Edited 2010-04-06 00:40 (UTC)
ludy: Close up of pink tinted “dyslexo-specs” with sunset light shining through them (Default)

[personal profile] ludy 2010-04-06 09:18 pm (UTC)(link)
all of this - very much...

it's what motivated me to do a Peace Studies degree.
but i'm very limited in what i can manage

when i was younger doing sexuality stuff was probably more radical - thinking about the LOGIC group (Lesbian or Gay in Chelmsford [livejournal.com profile] earwigmc started back in the when i was 18 that got thrown out of several pubs that didn't want to be associated with filthy queers . It's generally easier than that now. But there's still plenty of work to do. Something i want to do more is look at widening inclusion in Bi events/groups ...

[identity profile] anarchist-nomad.livejournal.com 2010-04-06 09:42 pm (UTC)(link)
I did not know that you had done a degree in Peace Studies -- very cool!

I'd like it if we could find time at some point to sit and just chat and get to know each other better. We've done this in fits and starts in the two years that I have known you... and each time I find the conversation to be quite interesting. You are obviously good people... and very important to several folks close to me. So I would just like to know more about you. *smile*

As for what you can manage? Well, have you read Marge Piercy's novel Woman on the Edge of Time?
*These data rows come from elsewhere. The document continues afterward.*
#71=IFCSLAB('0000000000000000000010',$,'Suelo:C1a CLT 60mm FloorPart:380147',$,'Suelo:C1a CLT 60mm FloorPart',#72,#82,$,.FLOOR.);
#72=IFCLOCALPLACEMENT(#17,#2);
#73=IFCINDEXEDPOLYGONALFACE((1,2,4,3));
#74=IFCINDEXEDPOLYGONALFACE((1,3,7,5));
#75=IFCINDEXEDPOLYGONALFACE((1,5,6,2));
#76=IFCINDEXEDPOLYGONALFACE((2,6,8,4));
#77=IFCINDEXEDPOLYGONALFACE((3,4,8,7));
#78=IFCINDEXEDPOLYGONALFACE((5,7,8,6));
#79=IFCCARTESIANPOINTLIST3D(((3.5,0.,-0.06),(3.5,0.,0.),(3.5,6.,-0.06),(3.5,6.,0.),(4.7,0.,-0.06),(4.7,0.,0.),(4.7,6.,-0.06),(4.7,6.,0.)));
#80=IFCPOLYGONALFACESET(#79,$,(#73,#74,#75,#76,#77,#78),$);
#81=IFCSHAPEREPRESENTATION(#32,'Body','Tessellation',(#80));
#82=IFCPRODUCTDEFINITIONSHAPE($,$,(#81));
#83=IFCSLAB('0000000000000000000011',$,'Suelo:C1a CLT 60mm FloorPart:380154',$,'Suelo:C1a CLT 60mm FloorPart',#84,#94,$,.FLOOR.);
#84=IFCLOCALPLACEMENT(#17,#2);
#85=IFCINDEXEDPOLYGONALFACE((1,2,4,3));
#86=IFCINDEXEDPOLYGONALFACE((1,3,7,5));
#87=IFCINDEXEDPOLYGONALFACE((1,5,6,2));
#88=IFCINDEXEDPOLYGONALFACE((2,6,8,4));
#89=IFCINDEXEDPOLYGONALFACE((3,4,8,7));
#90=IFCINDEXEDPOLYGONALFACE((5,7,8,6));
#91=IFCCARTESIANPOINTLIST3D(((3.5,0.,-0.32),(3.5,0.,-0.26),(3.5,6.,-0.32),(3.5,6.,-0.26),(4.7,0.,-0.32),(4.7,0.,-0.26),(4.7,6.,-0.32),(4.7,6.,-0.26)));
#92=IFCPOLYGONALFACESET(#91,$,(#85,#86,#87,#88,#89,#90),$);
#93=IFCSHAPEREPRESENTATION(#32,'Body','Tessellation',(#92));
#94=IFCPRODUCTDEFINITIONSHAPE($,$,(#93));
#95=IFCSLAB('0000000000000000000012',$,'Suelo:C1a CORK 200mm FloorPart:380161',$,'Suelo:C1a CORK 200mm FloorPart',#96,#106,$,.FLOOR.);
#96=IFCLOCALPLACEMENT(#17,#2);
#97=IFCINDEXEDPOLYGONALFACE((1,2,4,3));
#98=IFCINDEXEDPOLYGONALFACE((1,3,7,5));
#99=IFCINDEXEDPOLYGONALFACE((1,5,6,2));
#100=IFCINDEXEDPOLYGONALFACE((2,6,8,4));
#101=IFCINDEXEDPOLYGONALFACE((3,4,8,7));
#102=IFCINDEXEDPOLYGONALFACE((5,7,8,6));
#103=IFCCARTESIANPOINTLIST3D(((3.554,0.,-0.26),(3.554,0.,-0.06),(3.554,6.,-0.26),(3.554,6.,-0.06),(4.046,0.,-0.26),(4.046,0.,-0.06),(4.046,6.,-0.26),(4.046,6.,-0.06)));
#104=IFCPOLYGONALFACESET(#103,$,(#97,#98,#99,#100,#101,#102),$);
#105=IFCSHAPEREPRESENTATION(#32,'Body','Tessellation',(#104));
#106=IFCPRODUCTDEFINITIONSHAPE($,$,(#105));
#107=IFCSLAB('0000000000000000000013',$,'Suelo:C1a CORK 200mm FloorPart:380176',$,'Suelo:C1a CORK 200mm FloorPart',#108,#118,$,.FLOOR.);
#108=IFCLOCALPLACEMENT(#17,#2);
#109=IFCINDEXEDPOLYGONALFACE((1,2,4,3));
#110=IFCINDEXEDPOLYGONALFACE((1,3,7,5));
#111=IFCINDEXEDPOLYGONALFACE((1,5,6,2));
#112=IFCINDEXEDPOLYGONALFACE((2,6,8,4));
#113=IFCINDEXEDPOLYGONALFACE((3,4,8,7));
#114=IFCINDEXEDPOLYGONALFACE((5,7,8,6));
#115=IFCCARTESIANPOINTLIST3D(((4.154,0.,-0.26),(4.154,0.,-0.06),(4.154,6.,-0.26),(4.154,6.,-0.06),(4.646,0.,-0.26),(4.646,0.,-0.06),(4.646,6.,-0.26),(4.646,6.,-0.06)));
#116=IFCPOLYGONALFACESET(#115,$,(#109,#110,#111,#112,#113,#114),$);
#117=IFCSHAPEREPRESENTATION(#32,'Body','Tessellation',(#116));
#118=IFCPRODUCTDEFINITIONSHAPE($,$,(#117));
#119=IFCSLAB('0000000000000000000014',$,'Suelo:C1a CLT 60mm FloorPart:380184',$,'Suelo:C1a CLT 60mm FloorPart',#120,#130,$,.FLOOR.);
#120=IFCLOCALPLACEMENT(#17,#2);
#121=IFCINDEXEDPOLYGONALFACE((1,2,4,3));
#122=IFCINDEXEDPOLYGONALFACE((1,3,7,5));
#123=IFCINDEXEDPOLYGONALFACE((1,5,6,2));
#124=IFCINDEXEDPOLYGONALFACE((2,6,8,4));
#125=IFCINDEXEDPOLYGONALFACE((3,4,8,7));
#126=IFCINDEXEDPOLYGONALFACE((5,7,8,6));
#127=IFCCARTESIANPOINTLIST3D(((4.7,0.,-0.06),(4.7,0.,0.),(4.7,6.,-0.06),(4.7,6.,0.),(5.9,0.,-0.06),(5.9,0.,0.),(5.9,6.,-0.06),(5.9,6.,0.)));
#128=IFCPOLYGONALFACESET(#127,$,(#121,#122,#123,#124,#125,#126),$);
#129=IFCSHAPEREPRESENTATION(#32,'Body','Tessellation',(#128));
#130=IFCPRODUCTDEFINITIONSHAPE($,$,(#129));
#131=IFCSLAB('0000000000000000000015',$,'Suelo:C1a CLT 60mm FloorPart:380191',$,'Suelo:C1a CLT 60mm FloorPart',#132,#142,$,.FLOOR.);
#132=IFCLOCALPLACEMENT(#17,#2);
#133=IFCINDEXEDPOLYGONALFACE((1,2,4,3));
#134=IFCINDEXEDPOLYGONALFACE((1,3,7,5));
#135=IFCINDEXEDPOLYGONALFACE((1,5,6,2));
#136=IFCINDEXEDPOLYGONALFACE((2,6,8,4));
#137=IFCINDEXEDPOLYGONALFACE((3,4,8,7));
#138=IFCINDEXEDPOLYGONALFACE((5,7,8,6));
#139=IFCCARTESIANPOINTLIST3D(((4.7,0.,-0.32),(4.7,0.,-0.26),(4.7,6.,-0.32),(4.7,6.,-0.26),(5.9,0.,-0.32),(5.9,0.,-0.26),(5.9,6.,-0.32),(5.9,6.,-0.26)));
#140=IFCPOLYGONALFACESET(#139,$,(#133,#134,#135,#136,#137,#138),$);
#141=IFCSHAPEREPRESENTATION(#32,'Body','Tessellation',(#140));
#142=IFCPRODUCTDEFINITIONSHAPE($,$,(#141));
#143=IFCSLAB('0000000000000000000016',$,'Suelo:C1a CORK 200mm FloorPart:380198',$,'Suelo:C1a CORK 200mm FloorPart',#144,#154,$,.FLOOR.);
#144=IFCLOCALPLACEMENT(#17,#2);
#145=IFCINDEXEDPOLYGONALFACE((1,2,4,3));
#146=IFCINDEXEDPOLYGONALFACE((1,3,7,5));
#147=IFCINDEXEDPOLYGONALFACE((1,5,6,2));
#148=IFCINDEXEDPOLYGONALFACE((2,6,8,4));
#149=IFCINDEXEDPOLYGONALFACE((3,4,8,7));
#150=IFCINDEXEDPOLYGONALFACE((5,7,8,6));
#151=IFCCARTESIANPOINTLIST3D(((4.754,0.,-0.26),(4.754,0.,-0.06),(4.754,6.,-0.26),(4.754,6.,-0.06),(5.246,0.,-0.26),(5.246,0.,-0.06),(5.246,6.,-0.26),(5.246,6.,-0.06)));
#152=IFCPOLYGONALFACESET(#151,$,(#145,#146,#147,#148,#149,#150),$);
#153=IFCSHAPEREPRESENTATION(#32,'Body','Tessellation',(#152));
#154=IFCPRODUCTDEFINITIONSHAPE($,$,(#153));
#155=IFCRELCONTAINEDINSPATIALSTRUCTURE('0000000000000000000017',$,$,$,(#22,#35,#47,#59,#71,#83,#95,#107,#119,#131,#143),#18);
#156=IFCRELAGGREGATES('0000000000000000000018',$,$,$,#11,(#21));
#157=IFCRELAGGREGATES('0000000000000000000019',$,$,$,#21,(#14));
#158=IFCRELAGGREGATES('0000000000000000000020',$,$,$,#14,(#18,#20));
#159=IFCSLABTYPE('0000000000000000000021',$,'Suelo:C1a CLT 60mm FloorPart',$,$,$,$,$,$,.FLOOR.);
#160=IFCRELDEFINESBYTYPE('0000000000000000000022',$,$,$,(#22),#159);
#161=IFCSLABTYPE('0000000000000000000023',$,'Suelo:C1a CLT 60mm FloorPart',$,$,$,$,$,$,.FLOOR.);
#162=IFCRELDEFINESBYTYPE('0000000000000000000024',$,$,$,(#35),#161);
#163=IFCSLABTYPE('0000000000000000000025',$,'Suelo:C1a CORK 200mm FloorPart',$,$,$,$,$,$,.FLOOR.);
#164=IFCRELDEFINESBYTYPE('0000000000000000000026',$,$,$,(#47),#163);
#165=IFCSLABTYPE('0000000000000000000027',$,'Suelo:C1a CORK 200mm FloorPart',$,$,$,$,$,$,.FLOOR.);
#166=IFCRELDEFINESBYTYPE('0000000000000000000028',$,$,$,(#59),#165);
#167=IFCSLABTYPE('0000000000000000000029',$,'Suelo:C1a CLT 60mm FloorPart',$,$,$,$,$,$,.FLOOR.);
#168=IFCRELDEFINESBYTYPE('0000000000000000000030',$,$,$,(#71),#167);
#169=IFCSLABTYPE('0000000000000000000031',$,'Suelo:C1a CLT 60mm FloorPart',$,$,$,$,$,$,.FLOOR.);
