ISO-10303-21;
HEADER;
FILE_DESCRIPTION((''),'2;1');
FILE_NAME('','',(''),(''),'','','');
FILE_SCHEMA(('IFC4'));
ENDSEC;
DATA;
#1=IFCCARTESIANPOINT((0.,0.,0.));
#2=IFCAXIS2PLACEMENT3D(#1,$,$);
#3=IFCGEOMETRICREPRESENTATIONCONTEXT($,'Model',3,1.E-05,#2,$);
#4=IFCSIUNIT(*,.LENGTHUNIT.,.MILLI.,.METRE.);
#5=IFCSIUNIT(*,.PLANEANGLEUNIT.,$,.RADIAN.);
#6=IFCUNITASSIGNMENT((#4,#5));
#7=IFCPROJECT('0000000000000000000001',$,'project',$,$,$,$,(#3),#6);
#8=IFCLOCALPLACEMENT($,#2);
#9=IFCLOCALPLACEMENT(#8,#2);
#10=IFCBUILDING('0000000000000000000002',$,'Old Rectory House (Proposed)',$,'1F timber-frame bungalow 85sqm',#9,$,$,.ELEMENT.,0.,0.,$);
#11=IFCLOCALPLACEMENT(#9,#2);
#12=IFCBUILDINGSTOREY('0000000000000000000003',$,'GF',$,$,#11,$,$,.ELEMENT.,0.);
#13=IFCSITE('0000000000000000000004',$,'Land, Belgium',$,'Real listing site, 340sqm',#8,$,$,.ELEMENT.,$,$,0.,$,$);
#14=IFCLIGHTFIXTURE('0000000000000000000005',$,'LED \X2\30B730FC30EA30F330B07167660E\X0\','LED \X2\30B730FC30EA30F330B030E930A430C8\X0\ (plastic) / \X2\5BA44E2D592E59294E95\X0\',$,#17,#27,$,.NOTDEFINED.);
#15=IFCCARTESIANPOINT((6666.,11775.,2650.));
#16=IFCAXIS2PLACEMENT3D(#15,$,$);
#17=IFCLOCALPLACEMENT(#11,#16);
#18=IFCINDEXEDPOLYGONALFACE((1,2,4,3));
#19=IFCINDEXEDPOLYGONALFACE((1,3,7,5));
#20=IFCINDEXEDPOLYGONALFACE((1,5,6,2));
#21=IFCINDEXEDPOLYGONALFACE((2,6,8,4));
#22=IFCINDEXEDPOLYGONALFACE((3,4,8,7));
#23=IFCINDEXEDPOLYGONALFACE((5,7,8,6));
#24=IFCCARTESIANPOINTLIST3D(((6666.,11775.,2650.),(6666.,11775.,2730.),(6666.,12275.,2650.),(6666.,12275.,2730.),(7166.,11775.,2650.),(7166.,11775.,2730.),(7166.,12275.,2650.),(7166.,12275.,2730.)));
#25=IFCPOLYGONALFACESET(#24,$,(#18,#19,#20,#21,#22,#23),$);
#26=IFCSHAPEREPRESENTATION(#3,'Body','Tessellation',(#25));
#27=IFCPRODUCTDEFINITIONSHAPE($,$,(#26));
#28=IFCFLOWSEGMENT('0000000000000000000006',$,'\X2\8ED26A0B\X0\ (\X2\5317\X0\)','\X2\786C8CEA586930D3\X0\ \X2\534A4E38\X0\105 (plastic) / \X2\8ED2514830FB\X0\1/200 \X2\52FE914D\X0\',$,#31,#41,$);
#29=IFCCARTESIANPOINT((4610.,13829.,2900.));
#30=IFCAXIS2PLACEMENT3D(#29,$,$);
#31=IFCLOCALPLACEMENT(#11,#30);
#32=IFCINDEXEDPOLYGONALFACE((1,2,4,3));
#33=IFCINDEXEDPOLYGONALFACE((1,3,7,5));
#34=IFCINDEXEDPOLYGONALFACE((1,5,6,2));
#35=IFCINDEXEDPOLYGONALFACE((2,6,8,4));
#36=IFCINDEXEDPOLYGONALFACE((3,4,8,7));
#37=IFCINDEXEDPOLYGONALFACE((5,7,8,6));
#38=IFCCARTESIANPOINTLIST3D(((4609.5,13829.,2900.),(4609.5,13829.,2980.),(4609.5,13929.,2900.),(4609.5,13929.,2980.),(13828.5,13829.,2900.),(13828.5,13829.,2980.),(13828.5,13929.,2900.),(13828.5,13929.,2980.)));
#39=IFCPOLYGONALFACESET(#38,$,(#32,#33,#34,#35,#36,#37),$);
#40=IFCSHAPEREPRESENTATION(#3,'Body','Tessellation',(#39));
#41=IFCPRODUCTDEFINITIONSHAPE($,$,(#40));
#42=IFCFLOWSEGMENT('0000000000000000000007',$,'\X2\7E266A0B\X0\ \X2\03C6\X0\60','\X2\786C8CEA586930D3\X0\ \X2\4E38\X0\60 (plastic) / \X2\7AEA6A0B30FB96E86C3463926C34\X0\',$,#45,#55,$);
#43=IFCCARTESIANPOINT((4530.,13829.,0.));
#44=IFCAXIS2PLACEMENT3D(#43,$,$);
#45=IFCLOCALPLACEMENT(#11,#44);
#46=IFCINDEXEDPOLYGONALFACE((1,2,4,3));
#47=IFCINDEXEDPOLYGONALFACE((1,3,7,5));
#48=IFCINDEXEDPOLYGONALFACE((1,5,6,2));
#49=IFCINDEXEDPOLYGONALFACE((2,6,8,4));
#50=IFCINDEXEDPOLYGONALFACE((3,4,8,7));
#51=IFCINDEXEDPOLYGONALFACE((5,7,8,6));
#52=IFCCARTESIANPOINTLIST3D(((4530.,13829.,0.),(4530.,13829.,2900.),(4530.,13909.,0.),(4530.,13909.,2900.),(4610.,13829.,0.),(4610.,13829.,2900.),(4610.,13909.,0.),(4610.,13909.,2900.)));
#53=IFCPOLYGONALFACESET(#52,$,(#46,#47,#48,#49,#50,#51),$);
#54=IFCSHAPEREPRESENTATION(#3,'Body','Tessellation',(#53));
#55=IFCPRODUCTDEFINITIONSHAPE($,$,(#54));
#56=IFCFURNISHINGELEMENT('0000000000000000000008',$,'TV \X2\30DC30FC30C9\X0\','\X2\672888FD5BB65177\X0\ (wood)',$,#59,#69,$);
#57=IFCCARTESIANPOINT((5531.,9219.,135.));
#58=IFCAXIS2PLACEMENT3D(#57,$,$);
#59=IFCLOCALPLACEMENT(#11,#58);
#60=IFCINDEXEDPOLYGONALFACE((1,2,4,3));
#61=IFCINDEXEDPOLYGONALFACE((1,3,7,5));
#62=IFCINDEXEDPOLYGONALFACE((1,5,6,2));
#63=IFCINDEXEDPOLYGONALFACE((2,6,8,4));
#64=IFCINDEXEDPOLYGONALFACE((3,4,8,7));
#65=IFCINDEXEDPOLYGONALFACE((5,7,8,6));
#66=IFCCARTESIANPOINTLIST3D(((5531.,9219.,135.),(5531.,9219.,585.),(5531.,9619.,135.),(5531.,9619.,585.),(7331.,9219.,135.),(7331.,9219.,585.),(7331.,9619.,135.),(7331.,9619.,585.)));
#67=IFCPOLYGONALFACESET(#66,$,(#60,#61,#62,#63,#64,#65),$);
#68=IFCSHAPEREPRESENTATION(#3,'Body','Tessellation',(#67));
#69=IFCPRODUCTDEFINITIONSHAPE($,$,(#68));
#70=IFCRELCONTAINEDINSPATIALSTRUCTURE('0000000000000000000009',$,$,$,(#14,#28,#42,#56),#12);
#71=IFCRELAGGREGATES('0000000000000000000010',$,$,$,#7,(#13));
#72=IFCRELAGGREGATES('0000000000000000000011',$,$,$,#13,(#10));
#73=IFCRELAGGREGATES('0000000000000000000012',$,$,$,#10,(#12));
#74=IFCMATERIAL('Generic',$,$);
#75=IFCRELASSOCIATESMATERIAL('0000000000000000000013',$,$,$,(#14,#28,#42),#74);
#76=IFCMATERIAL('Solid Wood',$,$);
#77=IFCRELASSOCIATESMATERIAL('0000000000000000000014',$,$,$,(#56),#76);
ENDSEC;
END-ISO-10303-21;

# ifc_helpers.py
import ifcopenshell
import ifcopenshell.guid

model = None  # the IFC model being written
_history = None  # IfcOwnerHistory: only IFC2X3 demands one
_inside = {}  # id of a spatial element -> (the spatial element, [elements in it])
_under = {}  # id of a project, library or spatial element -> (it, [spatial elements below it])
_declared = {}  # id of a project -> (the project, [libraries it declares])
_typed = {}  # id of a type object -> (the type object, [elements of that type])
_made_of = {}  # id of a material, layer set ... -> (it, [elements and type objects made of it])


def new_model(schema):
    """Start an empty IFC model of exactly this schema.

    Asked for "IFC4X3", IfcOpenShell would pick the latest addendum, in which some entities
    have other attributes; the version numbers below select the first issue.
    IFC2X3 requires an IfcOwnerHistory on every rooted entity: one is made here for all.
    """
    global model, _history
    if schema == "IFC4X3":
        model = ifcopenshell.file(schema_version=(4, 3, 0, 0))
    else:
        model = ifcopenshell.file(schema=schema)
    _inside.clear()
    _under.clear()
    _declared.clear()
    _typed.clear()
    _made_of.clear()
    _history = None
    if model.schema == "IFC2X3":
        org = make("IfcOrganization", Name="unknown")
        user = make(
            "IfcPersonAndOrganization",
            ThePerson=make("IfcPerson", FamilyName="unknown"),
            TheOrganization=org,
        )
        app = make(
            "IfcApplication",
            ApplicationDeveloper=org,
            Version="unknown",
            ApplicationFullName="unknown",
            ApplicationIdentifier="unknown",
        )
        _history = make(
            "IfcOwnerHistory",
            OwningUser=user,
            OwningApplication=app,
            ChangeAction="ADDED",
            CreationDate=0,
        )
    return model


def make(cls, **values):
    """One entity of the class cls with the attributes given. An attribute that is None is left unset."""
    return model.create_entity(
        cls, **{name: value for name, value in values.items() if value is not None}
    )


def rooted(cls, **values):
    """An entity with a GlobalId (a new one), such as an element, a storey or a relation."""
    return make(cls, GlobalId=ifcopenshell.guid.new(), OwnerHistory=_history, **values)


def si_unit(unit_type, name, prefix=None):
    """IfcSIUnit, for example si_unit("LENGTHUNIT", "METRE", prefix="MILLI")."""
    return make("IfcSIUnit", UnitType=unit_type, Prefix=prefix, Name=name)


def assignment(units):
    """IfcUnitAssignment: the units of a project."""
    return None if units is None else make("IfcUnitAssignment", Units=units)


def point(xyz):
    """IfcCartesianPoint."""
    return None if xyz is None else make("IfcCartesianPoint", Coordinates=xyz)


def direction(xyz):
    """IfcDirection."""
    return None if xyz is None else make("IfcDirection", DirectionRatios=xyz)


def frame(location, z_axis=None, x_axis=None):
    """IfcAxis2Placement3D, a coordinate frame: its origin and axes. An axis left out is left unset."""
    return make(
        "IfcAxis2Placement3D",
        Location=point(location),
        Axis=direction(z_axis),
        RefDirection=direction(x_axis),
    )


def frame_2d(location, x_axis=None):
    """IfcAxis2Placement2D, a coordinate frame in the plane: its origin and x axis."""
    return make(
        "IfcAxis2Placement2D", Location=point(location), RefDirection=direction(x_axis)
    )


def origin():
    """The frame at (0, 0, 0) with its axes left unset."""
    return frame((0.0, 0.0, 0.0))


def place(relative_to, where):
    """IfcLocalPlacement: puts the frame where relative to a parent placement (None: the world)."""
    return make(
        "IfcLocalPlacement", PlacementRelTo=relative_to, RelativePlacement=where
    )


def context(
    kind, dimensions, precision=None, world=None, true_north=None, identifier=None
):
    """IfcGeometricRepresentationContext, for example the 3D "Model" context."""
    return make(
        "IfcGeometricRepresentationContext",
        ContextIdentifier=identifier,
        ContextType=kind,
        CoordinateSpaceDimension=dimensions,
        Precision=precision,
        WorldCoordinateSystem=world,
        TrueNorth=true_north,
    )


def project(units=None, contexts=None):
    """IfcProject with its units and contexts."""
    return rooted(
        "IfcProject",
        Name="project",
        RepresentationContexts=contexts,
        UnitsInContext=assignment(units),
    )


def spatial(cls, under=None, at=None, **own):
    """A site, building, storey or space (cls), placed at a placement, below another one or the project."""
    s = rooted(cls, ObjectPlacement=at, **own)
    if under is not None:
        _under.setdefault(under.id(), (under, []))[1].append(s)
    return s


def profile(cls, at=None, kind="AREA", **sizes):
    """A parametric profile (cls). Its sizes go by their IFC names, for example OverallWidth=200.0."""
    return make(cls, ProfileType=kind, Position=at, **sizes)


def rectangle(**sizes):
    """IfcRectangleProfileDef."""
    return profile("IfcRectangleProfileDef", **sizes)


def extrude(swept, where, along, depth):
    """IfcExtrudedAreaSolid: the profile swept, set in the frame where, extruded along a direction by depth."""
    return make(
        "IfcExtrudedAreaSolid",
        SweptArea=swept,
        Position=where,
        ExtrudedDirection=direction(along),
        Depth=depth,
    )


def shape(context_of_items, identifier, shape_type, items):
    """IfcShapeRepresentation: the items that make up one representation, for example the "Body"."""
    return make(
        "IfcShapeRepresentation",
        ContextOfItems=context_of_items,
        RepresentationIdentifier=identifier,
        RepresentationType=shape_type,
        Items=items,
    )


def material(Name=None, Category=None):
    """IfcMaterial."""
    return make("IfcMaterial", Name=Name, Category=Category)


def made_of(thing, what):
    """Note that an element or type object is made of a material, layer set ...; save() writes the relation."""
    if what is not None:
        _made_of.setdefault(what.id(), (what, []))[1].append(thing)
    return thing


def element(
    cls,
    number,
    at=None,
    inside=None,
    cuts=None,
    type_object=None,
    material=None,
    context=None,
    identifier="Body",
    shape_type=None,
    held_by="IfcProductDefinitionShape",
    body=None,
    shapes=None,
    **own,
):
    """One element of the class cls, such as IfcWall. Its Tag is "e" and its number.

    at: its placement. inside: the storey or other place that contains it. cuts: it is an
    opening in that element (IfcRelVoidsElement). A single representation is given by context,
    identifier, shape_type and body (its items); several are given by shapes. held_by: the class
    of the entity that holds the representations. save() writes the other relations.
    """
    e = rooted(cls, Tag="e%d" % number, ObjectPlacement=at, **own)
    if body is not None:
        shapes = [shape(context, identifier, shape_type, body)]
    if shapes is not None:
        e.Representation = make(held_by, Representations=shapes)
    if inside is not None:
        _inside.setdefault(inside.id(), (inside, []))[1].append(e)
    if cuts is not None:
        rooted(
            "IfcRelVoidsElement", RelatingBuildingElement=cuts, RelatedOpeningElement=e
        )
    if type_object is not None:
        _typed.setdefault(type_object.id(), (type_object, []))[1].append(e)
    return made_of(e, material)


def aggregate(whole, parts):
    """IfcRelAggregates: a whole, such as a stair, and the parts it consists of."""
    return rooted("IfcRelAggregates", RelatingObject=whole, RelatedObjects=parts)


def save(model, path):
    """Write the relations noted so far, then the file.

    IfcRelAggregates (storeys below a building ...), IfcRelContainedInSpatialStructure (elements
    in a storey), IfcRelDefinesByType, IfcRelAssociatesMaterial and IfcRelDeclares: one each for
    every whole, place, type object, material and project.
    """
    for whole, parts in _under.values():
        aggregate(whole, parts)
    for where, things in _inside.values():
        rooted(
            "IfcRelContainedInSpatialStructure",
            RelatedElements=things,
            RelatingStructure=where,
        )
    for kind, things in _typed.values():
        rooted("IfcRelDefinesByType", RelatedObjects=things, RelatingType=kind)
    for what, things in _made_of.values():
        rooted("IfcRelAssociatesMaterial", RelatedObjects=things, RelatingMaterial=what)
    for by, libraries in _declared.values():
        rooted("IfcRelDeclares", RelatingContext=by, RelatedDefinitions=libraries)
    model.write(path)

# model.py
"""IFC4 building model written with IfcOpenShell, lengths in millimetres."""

from ifc_helpers import new_model, si_unit, frame, frame_2d, origin, place, context, project, spatial, rectangle, extrude, material, element, save


model = new_model("IFC4")

# Units and contexts
model_context = context("Model", 3, precision=1e-05, world=origin())
ifc_project = project(units=[si_unit("LENGTHUNIT", "METRE", prefix="MILLI"), si_unit("PLANEANGLEUNIT", "RADIAN")], contexts=[model_context])

# Site, building, storey
site_placement = place(None, origin())
site = spatial("IfcSite", under=ifc_project, at=site_placement, Name="Land, Belgium", ObjectType="Real listing site, 340sqm", CompositionType="ELEMENT", RefElevation=0.0)
building_placement = place(site_placement, origin())
building = spatial("IfcBuilding", under=site, at=building_placement, Name="Old Rectory House (Proposed)", ObjectType="1F timber-frame bungalow 85sqm", CompositionType="ELEMENT", ElevationOfRefHeight=0.0, ElevationOfTerrain=0.0)
storey_placement = place(building_placement, origin())
storey = spatial("IfcBuildingStorey", under=building, at=storey_placement, Name="GF", CompositionType="ELEMENT", Elevation=0.0)

# Shared definitions
ifc_material_1 = material(Name="Solid Wood")

# Shared definitions
ifc_material_2 = material(Name="Generic")

# Light fixture
light_fixture_placement = place(storey_placement, frame((6666.0, 11775.0, 2650.0)))
element("IfcLightFixture", 1, at=light_fixture_placement, inside=storey, material=ifc_material_2, Name="LED シーリング照明", Description="LED シーリングライト (plastic) / 室中央天井", PredefinedType="NOTDEFINED", context=model_context, shape_type="SweptSolid", body=[
    extrude(rectangle(XDim=500.0, YDim=500.0, at=frame_2d((250.0, 250.0))), frame((6666.0, 11775.0, 2650.0)), (0.0, 0.0, 1.0), 80.0),
])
If so, you may understand why the thought that pops into my head is: "Person must not do what person cannot do." I know that you have your limitations... but you also manage to accomplish a lot! You have my respect and admiration on that front!

*big hugs*
ludy: an arched window inmy old house (arch)

[personal profile] ludy 2010-04-06 09:51 pm (UTC)(link)
in a bit of wonderful circularity i read Women on the Edge if Time to give a report in the "social alternatives" module of my degree!

and thankyou :)

[identity profile] anarchist-nomad.livejournal.com 2010-04-06 10:07 pm (UTC)(link)
Oh, excellent! Even now, so many years after I first read it, that remains one of my favourite books!